Cansada del ruido constante, la contaminación ambiental y el uso de luces estroboscópicas, una ciudadana promovió un juicio de amparo indirecto contra la operación de la empresa Sociedad Cooperativa Autotransportes de Camioneros del Servicio Urbano de Jalapa, Ver., S.C.L., al considerar que sus actividades afectan de manera directa su entorno, su salud y el desarrollo de un menor de edad.
El juicio quedó radicado bajo el expediente 1457/2025 en el Juzgado Segundo de Distrito en el Estado de Veracruz. En su primera determinación, el juez concedió una suspensión de plano a favor del menor identificado con iniciales T.T.A.T., al advertir la posible existencia de actos que podrían afectar su sano desarrollo, particularmente por la generación de ruidos inmoderados y olores desagradables.
La resolución ordena a las autoridades responsables que, bajo su más estricta responsabilidad, adopten de inmediato las medidas necesarias para que, en caso de existir, cesen los ruidos excesivos y las emisiones que perturban el entorno del menor, con el objetivo de salvaguardar su bienestar y su derecho a un ambiente adecuado para su crecimiento. Asimismo, se les impuso un plazo de 24 horas para informar sobre el cumplimiento de la medida cautelar.
En el escrito de demanda, la quejosa describe una serie de actos atribuidos a la empresa camionera, entre ellos el uso de herramientas pesadas como martillos y esmeriladoras para desmantelar camiones, trabajos de soldadura, operación de compresoras industriales, resguardo de unidades y piezas oxidadas en condiciones de deterioro, así como la entrada, salida y encendido de autobuses sin control de horarios. También señala el uso de luces estroboscópicas y estrobos, además de la utilización del inmueble como terminal y chatarral, lo que, afirma, genera afectaciones continuas.

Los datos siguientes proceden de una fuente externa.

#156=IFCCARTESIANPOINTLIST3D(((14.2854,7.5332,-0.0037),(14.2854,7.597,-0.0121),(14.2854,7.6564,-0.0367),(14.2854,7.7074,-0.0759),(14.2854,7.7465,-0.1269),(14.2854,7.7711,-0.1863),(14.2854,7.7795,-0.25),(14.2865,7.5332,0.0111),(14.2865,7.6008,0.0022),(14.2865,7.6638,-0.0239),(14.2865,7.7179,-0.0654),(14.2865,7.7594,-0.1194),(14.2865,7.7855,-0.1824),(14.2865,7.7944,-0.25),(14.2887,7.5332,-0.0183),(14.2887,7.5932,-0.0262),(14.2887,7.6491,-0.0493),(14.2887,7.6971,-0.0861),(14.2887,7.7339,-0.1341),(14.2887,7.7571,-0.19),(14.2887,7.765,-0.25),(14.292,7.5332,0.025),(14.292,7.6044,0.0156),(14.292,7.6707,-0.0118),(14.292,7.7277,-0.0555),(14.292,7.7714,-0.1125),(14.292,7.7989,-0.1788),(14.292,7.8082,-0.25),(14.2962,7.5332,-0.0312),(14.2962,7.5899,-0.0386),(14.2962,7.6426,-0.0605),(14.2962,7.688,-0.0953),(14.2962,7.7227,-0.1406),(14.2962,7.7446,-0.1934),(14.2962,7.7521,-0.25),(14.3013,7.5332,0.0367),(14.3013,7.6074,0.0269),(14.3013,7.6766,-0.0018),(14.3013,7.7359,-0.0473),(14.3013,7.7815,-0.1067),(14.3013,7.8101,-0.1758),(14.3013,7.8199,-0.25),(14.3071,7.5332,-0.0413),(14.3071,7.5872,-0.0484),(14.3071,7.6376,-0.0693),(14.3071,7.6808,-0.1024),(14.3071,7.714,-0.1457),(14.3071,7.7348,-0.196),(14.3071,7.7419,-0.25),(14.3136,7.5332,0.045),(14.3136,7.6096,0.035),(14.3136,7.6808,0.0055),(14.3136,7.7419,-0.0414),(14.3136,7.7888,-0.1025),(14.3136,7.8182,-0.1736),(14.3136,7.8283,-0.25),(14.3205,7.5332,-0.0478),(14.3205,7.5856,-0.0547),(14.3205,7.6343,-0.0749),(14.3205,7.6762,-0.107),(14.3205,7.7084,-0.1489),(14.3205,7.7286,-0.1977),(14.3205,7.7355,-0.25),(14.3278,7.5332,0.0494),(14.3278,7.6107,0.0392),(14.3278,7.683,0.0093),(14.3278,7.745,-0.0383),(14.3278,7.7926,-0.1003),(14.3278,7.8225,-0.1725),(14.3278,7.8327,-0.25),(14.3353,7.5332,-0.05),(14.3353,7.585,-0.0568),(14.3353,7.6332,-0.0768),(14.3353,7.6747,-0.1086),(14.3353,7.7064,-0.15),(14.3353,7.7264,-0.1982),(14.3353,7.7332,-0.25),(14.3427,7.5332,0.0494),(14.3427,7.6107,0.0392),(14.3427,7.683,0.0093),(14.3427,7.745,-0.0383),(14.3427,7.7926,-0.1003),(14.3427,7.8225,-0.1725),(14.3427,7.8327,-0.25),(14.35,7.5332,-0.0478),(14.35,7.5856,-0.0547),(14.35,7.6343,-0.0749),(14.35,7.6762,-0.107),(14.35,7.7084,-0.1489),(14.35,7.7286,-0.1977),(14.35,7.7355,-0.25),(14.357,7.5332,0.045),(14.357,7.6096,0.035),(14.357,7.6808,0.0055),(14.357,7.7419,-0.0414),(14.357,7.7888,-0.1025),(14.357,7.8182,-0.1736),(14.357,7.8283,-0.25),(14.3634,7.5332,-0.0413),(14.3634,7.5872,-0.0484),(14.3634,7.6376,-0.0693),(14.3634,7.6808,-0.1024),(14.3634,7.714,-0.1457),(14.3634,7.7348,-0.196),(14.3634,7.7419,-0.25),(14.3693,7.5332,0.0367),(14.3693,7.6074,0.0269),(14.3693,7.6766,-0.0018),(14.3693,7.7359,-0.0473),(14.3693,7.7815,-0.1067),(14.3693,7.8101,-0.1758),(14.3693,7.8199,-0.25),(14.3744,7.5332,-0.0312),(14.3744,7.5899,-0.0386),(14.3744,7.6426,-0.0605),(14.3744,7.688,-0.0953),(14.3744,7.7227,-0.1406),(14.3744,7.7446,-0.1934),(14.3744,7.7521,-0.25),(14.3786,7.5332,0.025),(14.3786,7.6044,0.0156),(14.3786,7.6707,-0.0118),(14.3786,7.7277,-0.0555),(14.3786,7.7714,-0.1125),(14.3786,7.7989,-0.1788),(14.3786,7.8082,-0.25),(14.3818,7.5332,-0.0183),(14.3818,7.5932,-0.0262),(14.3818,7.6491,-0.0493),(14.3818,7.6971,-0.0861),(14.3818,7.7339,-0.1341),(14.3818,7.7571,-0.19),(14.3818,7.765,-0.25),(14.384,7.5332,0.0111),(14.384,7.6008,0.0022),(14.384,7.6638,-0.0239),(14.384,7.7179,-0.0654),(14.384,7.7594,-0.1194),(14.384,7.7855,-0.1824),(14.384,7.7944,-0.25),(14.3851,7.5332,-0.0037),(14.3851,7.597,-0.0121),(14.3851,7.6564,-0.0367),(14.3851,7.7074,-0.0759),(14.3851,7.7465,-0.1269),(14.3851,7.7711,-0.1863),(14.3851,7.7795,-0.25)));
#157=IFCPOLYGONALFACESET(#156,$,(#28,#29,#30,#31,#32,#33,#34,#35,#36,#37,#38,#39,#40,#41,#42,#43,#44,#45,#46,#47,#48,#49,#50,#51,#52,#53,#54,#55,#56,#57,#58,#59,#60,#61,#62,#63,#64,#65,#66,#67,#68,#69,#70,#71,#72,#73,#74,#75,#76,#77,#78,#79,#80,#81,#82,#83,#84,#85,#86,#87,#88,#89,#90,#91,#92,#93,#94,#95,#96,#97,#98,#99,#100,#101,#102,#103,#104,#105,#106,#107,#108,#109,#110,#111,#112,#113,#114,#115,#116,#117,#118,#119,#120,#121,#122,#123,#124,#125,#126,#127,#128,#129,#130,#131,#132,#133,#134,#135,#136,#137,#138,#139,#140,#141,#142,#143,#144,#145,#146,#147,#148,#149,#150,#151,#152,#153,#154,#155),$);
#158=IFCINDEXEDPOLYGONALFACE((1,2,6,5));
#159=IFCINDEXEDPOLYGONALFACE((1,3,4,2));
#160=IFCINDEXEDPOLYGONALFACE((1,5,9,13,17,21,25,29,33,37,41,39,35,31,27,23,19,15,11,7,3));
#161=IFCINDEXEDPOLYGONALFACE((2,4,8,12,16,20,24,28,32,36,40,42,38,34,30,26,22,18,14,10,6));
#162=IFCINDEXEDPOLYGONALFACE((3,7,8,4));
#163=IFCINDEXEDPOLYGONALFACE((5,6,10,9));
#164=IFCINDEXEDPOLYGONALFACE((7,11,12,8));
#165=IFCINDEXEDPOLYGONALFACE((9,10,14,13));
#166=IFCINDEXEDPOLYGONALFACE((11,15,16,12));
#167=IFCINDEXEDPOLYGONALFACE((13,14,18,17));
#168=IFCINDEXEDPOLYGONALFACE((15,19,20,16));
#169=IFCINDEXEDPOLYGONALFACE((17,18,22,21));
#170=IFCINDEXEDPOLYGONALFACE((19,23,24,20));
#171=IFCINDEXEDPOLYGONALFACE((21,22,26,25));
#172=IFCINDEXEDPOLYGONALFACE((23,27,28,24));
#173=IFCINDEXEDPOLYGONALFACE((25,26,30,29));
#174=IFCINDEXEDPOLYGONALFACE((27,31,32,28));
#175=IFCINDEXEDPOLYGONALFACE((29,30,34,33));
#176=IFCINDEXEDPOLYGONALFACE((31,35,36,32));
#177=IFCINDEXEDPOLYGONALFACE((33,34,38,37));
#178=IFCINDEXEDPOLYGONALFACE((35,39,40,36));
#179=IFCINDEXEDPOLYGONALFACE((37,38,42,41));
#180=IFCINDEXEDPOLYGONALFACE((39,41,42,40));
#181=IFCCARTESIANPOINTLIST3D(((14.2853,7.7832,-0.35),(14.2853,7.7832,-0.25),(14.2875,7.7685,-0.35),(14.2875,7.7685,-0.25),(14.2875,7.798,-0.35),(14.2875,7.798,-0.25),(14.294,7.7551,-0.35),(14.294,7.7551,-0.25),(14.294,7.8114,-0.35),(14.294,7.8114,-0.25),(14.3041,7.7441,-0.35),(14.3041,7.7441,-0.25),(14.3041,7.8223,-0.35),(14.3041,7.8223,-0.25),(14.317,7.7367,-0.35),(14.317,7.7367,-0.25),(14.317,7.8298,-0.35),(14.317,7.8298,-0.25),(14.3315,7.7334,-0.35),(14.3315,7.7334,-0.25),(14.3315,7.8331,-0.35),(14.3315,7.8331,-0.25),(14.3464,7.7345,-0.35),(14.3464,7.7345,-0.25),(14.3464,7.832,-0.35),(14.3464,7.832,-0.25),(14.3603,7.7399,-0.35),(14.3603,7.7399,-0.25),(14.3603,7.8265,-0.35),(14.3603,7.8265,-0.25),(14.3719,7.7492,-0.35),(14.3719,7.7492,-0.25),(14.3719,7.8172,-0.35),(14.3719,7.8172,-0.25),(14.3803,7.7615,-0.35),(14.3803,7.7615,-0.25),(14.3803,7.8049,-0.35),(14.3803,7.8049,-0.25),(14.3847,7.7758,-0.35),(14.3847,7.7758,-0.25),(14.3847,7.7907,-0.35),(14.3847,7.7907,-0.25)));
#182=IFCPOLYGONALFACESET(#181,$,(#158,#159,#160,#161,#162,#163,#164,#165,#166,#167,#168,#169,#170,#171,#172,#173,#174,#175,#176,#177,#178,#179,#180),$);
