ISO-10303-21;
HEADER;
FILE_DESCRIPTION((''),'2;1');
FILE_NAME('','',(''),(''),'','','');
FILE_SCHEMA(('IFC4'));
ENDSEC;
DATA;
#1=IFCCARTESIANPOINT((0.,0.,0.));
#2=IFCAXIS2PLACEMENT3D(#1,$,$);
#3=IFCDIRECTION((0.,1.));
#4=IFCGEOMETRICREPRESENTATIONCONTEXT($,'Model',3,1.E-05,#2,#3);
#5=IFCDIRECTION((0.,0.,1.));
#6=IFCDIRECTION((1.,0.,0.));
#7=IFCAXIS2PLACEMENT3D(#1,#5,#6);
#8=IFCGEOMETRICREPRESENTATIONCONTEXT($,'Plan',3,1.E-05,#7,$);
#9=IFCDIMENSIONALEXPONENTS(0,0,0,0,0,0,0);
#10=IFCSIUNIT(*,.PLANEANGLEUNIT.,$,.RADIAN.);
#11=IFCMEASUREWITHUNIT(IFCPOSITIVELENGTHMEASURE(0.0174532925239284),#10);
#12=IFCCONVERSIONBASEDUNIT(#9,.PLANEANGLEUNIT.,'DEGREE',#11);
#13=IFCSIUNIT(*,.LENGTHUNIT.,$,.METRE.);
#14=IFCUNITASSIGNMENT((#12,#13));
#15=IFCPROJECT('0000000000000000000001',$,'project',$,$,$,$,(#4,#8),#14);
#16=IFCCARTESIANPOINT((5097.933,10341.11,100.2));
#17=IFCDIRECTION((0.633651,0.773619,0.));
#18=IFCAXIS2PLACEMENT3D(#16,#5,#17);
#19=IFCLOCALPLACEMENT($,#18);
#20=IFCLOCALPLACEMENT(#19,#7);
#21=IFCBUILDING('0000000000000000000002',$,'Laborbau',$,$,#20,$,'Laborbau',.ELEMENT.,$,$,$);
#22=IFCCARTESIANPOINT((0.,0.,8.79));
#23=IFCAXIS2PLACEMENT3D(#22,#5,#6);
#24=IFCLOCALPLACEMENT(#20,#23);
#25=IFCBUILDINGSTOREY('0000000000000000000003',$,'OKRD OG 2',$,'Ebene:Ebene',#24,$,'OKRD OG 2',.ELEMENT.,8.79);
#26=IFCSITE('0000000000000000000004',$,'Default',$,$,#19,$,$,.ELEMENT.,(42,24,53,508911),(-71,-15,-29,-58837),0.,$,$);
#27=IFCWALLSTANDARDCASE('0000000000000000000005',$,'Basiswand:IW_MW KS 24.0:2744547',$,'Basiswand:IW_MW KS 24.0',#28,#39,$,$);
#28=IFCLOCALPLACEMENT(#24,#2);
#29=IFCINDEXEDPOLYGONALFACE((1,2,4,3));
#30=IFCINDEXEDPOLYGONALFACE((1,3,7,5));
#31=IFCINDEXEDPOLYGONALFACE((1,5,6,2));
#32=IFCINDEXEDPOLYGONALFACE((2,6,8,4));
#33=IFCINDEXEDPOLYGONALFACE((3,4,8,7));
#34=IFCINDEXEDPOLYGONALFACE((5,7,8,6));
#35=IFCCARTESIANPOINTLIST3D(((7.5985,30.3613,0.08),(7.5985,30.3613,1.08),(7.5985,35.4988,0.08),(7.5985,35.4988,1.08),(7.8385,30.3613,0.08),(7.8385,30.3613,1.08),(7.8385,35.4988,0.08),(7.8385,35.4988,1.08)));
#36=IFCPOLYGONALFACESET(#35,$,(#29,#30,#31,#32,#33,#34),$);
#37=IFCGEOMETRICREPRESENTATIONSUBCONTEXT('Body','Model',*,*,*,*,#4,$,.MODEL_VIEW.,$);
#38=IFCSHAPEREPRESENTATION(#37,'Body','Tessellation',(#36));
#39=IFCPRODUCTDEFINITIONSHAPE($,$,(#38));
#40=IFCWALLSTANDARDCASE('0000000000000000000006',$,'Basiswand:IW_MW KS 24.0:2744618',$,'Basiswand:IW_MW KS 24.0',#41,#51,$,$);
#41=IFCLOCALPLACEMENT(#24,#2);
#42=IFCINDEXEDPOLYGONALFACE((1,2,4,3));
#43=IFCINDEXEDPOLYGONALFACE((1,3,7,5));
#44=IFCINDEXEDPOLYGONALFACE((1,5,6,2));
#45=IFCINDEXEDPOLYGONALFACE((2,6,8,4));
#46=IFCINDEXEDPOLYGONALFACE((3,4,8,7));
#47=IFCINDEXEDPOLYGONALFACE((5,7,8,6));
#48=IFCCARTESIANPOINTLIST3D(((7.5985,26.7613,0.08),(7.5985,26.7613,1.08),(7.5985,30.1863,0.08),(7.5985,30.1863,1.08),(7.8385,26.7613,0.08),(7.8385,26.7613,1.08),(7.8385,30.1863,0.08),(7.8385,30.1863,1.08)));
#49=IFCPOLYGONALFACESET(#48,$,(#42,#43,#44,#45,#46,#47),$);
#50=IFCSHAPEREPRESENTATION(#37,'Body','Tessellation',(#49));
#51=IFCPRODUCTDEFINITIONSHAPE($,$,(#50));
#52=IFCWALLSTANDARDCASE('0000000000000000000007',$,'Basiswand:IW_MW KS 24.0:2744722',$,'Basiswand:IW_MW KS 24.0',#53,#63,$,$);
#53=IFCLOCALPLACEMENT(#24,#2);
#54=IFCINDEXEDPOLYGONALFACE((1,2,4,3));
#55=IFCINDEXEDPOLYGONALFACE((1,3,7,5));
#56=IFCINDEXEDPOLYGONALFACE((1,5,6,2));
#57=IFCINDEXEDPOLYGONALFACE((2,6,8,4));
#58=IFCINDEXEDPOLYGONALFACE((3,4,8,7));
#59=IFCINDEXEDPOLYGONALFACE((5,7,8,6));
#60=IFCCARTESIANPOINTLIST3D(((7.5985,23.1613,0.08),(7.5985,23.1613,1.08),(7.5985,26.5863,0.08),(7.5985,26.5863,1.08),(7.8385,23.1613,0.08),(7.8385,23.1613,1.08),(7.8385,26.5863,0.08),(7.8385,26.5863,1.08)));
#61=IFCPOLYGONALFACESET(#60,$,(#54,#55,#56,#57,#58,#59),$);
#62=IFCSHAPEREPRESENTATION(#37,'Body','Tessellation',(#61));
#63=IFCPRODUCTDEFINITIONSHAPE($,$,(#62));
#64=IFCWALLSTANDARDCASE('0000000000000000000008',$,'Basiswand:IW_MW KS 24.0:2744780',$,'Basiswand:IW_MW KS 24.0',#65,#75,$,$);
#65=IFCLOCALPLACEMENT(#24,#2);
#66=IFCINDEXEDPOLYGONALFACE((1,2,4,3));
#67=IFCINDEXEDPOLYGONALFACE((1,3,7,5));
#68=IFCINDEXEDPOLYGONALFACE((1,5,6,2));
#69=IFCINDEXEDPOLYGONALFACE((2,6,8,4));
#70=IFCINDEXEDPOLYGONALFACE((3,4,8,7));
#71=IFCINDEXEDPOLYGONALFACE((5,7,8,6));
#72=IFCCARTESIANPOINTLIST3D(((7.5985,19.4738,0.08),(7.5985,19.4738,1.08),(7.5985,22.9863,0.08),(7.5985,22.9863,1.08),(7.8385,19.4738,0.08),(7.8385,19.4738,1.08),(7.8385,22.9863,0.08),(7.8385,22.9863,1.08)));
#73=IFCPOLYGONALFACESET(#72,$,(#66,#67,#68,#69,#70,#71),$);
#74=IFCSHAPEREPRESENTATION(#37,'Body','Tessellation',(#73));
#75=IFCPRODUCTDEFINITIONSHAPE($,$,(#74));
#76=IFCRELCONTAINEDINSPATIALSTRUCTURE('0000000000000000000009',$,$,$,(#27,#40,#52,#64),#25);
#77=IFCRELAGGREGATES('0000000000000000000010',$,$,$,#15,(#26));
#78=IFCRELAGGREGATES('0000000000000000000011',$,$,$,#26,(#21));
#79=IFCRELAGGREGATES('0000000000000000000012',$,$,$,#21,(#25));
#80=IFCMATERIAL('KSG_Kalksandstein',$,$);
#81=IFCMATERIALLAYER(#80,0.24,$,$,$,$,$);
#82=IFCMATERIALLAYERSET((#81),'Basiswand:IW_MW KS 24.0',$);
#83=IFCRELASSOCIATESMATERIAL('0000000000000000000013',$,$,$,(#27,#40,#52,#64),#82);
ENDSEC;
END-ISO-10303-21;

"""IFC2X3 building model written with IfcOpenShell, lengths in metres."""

from ifc_helpers import new_model, entity, si_unit, converted_unit, direction, frame, frame_2d, origin, origin_with_axes, place, context, subcontext, project, spatial, rectangle, extrude, material, layer, layer_set, layer_usage, element, save


model = new_model("IFC2X3")

# Units and contexts
model_context = context("Model", 3, precision=1e-05, world=origin(), true_north=direction((0.0, 1.0)))
plan_context = context("Plan", 3, precision=1e-05, world=origin_with_axes())
body_context = subcontext(model_context, "Body", "Model", "MODEL_VIEW")
ifc_project = project(units=[converted_unit("PLANEANGLEUNIT", "DEGREE", entity("IfcPositiveLengthMeasure", 0.0174532925239284), si_unit("PLANEANGLEUNIT", "RADIAN"), dimensions=[0, 0, 0, 0, 0, 0, 0]), si_unit("LENGTHUNIT", "METRE")], contexts=[model_context, plan_context])

# Site, building, storey
site_placement = place(None, frame((5097.933, 10341.11, 100.2), z_axis=(0.0, 0.0, 1.0), x_axis=(0.633651, 0.773619, 0.0)))
site = spatial("IfcSite", under=ifc_project, at=site_placement, Name="Default", CompositionType="ELEMENT", RefLatitude=(42, 24, 53, 508911), RefLongitude=(-71, -15, -29, -58837), RefElevation=0.0)
building_placement = place(site_placement, origin_with_axes())
building = spatial("IfcBuilding", under=site, at=building_placement, Name="Laborbau", LongName="Laborbau", CompositionType="ELEMENT")
storey_placement = place(building_placement, frame((0.0, 0.0, 8.79), z_axis=(0.0, 0.0, 1.0), x_axis=(1.0, 0.0, 0.0)))
storey = spatial("IfcBuildingStorey", under=building, at=storey_placement, Name="OKRD OG 2", ObjectType="Ebene:Ebene", LongName="OKRD OG 2", CompositionType="ELEMENT", Elevation=8.79)

# Shared definitions
ifc_material_1 = material(Name="KSG_Kalksandstein")

# Walls
ifc_layer_1 = layer(ifc_material_1, 0.24)
ifc_layer_set_1 = layer_set([ifc_layer_1], Name="Basiswand:IW_MW KS 24.0")
ifc_layer_usage_1 = layer_usage(ifc_layer_set_1, "AXIS2", "NEGATIVE", 0.12)
wall_1_placement = place(storey_placement, frame((7.7185, 35.4988, 0.08), z_axis=(0.0, 0.0, 1.0), x_axis=(0.0, -1.0, 0.0)))
element("IfcWallStandardCase", 1, at=wall_1_placement, inside=storey, material=ifc_layer_usage_1, Name="Basiswand:IW_MW KS 24.0:2744547", ObjectType="Basiswand:IW_MW KS 24.0", context=body_context, shape_type="SweptSolid", body=[
    extrude(rectangle(XDim=5.1375, YDim=0.24, at=frame_2d((2.5688, 0.0), x_axis=(-1.0, 0.0))), origin(), (0.0, 0.0, 1.0), 1.0),
])
ifc_layer_usage_2 = layer_usage(ifc_layer_set_1, "AXIS2", "NEGATIVE", 0.12)
wall_2_placement = place(storey_placement, frame((7.7185, 30.1863, 0.08), z_axis=(0.0, 0.0, 1.0), x_axis=(0.0, -1.0, 0.0)))
element("IfcWallStandardCase", 2, at=wall_2_placement, inside=storey, material=ifc_layer_usage_2, Name="Basiswand:IW_MW KS 24.0:2744618", ObjectType="Basiswand:IW_MW KS 24.0", context=body_context, shape_type="SweptSolid", body=[
    extrude(rectangle(XDim=3.425, YDim=0.24, at=frame_2d((1.7125, 0.0), x_axis=(-1.0, 0.0))), origin(), (0.0, 0.0, 1.0), 1.0),
])
ifc_layer_usage_3 = layer_usage(ifc_layer_set_1, "AXIS2", "NEGATIVE", 0.12)
wall_3_placement = place(storey_placement, frame((7.7185, 26.5863, 0.08), z_axis=(0.0, 0.0, 1.0), x_axis=(0.0, -1.0, 0.0)))
element("IfcWallStandardCase", 3, at=wall_3_placement, inside=storey, material=ifc_layer_usage_3, Name="Basiswand:IW_MW KS 24.0:2744722", ObjectType="Basiswand:IW_MW KS 24.0", context=body_context, shape_type="SweptSolid", body=[
    extrude(rectangle(XDim=3.425, YDim=0.24, at=frame_2d((1.7125, 0.0), x_axis=(-1.0, 0.0))), origin(), (0.0, 0.0, 1.0), 1.0),
])
ifc_layer_usage_4 = layer_usage(ifc_layer_set_1, "AXIS2", "NEGATIVE", 0.12)
wall_4_placement = place(storey_placement, frame((7.7185, 22.9863, 0.08), z_axis=(0.0, 0.0, 1.0), x_axis=(0.0, -1.0, 0.0)))
element("IfcWallStandardCase", 4, at=wall_4_placement, inside=storey, material=ifc_layer_usage_4, Name="Basiswand:IW_MW KS 24.0:2744780", ObjectType="Basiswand:IW_MW KS 24.0", context=body_context, shape_type="SweptSolid", body=[
    extrude(rectangle(XDim=3.5125, YDim=0.24, at=frame_2d((1.7562, 0.0), x_axis=(-1.0, 0.0))), origin(), (0.0, 0.0, 1.0), 1.0),
])

save(model, "model.ifc")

En su demanda de amparo, la ciudadana señala como autoridades responsables a la Secretaría de Medio Ambiente y Recursos Naturales (SEMARNAT), a la Jurisdicción Sanitaria V de los Servicios de Salud de Veracruz (SESVER) y a la Secretaría de Seguridad Pública (SSP) de Veracruz, esta última por conducto de su ámbito de competencia en materia de transporte, al estar sectorizada a dicha dependencia la Dirección General de Transporte del Estado.
La afectada argumenta que las omisiones de dichas autoridades vulneran diversos derechos fundamentales, entre ellos el derecho a un medio ambiente sano, el derecho a la salud, el derecho del menor a un sano esparcimiento, el derecho de propiedad y, en el caso de una quejosa de identidad reservada, el derecho a la libertad de reproducción humana y formación familiar.
Tras la concesión de la suspensión de plano, la empresa camionera, por conducto de su apoderado legal, interpuso un recurso de queja en contra de la medida cautelar, el cual fue admitido por el Segundo Tribunal Colegiado en Materia Administrativa del Séptimo Circuito, con sede en Boca del Río, Veracruz, instancia que será la encargada de resolver si se mantiene o revoca la suspensión otorgada.
En paralelo, el Juez que inicialmente conoció del asunto se declaró legalmente impedido para resolver el fondo del juicio, al manifestar una relación de amistad estrecha con el padre del menor quejoso, situación que, expuso, podría generar dudas sobre su imparcialidad. No obstante, precisó que dicha circunstancia no le impedía resolver la suspensión de plano, al no existir un interés personal en el litigio.
El caso pone en el centro del debate la operación de instalaciones vinculadas al transporte urbano dentro de zonas habitacionales, así como la responsabilidad de las autoridades para supervisar actividades que pueden generar impactos ambientales, sanitarios y de protección a la niñez.
En resumen, el amparo continúa su curso con una suspensión de plano vigente en favor del menor, un recurso de queja en trámite promovido por la empresa camionera y la remisión del expediente a una instancia colegiada, mientras se define qué autoridad judicial será la encargada de resolver de fondo la controversia planteada por la ciudadana afectada.